(Records from a dataset)
..........
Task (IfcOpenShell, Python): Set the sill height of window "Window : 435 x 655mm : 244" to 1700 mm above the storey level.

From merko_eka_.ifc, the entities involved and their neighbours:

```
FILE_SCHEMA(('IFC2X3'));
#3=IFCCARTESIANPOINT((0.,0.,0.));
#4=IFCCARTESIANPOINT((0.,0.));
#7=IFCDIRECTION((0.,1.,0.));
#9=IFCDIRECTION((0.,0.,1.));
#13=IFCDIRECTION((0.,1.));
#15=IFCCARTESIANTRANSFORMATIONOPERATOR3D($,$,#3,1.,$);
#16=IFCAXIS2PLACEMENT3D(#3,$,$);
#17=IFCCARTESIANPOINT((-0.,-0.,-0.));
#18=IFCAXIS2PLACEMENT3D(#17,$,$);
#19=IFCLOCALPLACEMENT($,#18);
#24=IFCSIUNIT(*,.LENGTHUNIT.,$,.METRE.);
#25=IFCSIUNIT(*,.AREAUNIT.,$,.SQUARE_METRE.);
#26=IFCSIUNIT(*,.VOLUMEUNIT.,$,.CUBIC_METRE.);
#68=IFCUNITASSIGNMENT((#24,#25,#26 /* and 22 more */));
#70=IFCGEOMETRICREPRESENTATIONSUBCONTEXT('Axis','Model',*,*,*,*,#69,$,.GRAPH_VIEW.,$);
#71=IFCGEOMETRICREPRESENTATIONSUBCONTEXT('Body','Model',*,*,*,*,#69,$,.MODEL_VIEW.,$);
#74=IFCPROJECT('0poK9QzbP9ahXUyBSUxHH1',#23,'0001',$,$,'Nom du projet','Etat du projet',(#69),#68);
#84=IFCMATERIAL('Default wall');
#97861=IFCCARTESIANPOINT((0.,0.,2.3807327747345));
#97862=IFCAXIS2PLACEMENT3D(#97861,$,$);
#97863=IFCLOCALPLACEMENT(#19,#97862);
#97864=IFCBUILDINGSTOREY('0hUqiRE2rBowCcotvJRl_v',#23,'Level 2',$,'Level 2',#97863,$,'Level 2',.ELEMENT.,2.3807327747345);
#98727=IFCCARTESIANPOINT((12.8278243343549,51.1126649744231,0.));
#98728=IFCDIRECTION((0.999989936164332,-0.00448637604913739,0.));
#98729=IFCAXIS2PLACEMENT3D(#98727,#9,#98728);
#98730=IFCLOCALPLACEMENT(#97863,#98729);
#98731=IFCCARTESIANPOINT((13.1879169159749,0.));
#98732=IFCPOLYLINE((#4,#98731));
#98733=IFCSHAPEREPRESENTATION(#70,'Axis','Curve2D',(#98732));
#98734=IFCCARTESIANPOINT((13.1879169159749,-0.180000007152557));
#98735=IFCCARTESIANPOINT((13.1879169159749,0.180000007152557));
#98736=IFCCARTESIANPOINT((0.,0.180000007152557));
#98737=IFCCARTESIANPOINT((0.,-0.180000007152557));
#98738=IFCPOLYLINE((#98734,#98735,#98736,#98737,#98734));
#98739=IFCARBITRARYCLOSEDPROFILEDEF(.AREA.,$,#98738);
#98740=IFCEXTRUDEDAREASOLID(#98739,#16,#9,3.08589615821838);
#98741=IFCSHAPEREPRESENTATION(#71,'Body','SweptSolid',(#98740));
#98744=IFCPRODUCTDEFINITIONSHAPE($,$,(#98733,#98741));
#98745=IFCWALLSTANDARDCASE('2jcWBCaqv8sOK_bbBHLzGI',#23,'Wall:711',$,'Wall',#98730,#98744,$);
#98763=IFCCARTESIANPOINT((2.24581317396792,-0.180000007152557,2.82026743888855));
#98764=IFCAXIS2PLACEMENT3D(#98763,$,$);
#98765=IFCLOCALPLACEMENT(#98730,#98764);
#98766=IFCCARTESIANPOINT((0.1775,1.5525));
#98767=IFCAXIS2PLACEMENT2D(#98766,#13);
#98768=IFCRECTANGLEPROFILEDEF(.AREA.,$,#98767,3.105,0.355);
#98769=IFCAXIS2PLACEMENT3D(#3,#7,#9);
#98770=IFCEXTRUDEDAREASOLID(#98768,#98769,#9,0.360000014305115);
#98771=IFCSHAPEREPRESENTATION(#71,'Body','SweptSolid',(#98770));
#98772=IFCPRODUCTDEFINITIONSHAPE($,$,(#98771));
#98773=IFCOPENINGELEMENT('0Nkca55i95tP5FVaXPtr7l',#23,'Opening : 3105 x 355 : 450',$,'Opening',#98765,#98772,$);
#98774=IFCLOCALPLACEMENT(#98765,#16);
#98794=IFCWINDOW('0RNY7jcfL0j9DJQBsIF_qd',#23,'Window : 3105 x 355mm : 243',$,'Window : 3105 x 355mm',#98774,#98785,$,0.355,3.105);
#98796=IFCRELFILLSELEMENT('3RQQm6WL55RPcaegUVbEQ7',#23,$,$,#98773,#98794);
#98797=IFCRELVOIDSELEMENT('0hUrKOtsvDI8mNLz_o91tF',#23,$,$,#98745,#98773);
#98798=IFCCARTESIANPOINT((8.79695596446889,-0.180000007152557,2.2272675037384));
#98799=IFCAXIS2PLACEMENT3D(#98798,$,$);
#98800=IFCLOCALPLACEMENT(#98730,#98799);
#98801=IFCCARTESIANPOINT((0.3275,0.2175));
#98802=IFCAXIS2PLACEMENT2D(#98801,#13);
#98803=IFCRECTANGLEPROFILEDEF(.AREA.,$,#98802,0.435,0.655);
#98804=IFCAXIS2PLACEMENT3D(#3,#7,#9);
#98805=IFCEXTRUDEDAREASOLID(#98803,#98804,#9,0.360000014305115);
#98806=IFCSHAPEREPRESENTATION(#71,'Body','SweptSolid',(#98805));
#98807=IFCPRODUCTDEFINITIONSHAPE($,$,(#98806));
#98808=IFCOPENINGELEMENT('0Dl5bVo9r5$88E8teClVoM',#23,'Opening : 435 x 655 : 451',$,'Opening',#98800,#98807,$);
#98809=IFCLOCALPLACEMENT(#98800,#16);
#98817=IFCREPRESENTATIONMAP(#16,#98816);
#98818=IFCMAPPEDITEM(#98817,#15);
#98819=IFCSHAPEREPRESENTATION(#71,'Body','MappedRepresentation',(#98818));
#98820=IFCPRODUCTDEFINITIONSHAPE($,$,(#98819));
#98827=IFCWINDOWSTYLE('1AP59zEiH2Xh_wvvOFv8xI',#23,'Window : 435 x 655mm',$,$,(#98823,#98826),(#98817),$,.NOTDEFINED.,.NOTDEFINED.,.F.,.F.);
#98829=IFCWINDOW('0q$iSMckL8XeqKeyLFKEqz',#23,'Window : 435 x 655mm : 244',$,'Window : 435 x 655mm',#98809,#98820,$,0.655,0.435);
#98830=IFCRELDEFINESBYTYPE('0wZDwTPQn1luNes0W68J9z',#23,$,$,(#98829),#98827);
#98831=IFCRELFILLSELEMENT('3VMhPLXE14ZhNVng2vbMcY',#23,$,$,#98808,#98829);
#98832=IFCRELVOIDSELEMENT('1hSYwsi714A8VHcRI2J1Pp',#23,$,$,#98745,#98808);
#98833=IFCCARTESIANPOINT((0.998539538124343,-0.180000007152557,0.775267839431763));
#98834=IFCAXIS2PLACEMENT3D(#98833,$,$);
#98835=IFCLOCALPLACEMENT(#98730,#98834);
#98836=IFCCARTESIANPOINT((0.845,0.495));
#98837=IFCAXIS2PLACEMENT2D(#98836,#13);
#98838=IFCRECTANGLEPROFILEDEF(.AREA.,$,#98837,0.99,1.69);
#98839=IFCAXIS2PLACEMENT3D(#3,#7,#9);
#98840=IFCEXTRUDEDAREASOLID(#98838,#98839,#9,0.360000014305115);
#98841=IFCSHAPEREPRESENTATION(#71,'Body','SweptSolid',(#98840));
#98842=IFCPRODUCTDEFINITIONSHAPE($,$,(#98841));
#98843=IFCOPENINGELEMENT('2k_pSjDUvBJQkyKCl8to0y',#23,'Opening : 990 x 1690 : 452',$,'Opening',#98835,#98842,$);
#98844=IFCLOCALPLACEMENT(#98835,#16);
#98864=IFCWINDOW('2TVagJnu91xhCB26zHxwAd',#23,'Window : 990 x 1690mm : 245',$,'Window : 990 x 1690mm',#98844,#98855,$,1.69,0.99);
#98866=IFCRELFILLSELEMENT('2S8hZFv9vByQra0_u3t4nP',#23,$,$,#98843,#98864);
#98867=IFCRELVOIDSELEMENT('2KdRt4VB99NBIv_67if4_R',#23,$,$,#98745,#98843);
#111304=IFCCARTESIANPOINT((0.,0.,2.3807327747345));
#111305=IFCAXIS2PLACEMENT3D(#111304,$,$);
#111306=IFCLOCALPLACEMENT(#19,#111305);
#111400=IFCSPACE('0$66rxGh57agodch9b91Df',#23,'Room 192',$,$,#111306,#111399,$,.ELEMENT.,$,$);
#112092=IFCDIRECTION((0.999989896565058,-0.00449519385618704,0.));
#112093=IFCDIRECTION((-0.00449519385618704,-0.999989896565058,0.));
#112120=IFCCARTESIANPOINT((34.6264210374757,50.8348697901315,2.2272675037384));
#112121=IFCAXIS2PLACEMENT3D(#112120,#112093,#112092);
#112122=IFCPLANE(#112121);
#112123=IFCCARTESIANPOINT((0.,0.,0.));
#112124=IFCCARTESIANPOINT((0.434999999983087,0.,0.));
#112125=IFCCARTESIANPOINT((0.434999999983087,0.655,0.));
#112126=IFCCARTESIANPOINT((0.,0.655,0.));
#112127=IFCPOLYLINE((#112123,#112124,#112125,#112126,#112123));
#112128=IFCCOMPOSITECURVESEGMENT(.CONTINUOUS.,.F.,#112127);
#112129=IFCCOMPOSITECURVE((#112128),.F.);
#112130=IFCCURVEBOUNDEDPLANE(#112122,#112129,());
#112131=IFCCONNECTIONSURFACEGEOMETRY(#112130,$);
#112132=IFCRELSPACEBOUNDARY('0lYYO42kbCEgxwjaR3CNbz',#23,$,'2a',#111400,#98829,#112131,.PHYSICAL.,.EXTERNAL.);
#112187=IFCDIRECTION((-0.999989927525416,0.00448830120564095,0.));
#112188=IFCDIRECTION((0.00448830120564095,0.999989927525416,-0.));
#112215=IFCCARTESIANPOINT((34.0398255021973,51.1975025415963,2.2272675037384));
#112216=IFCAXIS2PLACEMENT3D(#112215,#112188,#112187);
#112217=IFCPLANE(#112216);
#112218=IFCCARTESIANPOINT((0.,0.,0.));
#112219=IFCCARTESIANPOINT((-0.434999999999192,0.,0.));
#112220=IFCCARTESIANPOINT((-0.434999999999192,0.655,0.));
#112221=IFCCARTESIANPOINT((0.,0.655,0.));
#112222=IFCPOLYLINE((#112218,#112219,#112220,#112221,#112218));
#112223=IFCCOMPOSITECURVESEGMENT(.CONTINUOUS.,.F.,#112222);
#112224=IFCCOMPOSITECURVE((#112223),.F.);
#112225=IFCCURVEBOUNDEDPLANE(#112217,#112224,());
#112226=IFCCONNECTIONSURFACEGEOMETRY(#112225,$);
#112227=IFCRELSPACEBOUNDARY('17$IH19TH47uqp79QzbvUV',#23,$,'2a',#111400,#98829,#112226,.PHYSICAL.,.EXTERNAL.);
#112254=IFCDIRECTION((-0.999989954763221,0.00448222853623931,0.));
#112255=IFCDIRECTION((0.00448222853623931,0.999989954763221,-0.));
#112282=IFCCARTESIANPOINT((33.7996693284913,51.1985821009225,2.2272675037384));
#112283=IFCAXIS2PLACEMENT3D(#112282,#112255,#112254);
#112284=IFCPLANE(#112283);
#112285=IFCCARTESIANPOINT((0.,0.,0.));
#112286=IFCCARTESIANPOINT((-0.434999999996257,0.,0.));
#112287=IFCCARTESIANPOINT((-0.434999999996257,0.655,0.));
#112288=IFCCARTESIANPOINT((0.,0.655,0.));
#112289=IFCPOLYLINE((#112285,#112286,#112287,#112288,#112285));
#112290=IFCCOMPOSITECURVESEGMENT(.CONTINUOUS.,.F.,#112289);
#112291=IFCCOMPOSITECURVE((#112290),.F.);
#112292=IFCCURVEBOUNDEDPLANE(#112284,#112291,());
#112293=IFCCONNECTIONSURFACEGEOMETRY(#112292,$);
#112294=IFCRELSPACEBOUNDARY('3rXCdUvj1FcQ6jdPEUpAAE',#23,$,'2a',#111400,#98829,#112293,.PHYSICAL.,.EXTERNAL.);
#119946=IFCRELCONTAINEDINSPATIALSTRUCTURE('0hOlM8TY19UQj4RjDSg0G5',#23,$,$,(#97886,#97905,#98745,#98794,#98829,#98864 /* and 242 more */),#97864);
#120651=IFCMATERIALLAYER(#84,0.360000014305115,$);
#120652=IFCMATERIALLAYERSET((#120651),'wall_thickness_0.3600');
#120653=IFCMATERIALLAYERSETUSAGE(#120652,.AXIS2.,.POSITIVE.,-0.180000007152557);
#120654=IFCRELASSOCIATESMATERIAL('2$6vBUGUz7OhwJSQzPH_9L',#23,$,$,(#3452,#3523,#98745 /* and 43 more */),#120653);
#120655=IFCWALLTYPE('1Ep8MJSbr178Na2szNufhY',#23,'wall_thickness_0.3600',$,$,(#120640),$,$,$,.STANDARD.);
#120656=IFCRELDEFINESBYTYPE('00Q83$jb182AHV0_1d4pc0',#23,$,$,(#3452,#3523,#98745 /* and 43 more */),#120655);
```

```python
import numpy as np
import ifcopenshell
import ifcopenshell.api.geometry
import ifcopenshell.geom
import ifcopenshell.util.element
import ifcopenshell.util.placement
import ifcopenshell.util.shape
import ifcopenshell.util.unit

model = ifcopenshell.open("merko_eka_.ifc")
unit_scale = ifcopenshell.util.unit.calculate_unit_scale(model)

window = model.by_guid("0q$iSMckL8XeqKeyLFKEqz")
opening = window.FillsVoids[0].RelatingOpeningElement
storey = ifcopenshell.util.element.get_container(window, ifc_class="IfcBuildingStorey")
level = ifcopenshell.util.placement.get_local_placement(storey.ObjectPlacement)[2, 3]

# The opening's origin need not be at the sill, so measure its lowest point.
shape = ifcopenshell.geom.create_shape(ifcopenshell.geom.settings(), opening)
bottom = ifcopenshell.util.shape.get_shape_bottom_elevation(shape, shape.geometry) / unit_scale
dz = level + 1.7 / unit_scale - bottom

shift = np.array([0.0, 0.0, dz])
# The window is placed relative to its opening, so it follows when the opening moves.
matrix = ifcopenshell.util.placement.get_local_placement(opening.ObjectPlacement)
matrix[:3, 3] += shift
ifcopenshell.api.geometry.edit_object_placement(
    model, product=opening, matrix=matrix, is_si=False, should_transform_children=True
)

# Space boundary surfaces are stored in each space's coordinates; move them too.
for rel in window.ProvidesBoundaries:
    if not rel.ConnectionGeometry:
        continue
    surface = rel.ConnectionGeometry.SurfaceOnRelatingElement.BasisSurface
    space_matrix = ifcopenshell.util.placement.get_local_placement(rel.RelatingSpace.ObjectPlacement)
    point = np.array(surface.Position.Location.Coordinates) + space_matrix[:3, :3].T @ shift
    surface.Position = model.createIfcAxis2Placement3D(
        model.createIfcCartesianPoint(point.tolist()), surface.Position.Axis, surface.Position.RefDirection
    )

print(f"moved by {dz * unit_scale:+.3f} m")

model.write("merko_eka__edited.ifc")
```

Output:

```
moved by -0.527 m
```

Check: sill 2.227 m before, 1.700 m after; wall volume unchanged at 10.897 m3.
..........
## [Assignment]
Show every line above in which the word "IFCRELVOIDSELEMENT" is found.

## [Final answer]
#98797=IFCRELVOIDSELEMENT('0hUrKOtsvDI8mNLz_o91tF',#23,$,$,#98745,#98773);
#98832=IFCRELVOIDSELEMENT('1hSYwsi714A8VHcRI2J1Pp',#23,$,$,#98745,#98808);
#98867=IFCRELVOIDSELEMENT('2KdRt4VB99NBIv_67if4_R',#23,$,$,#98745,#98843);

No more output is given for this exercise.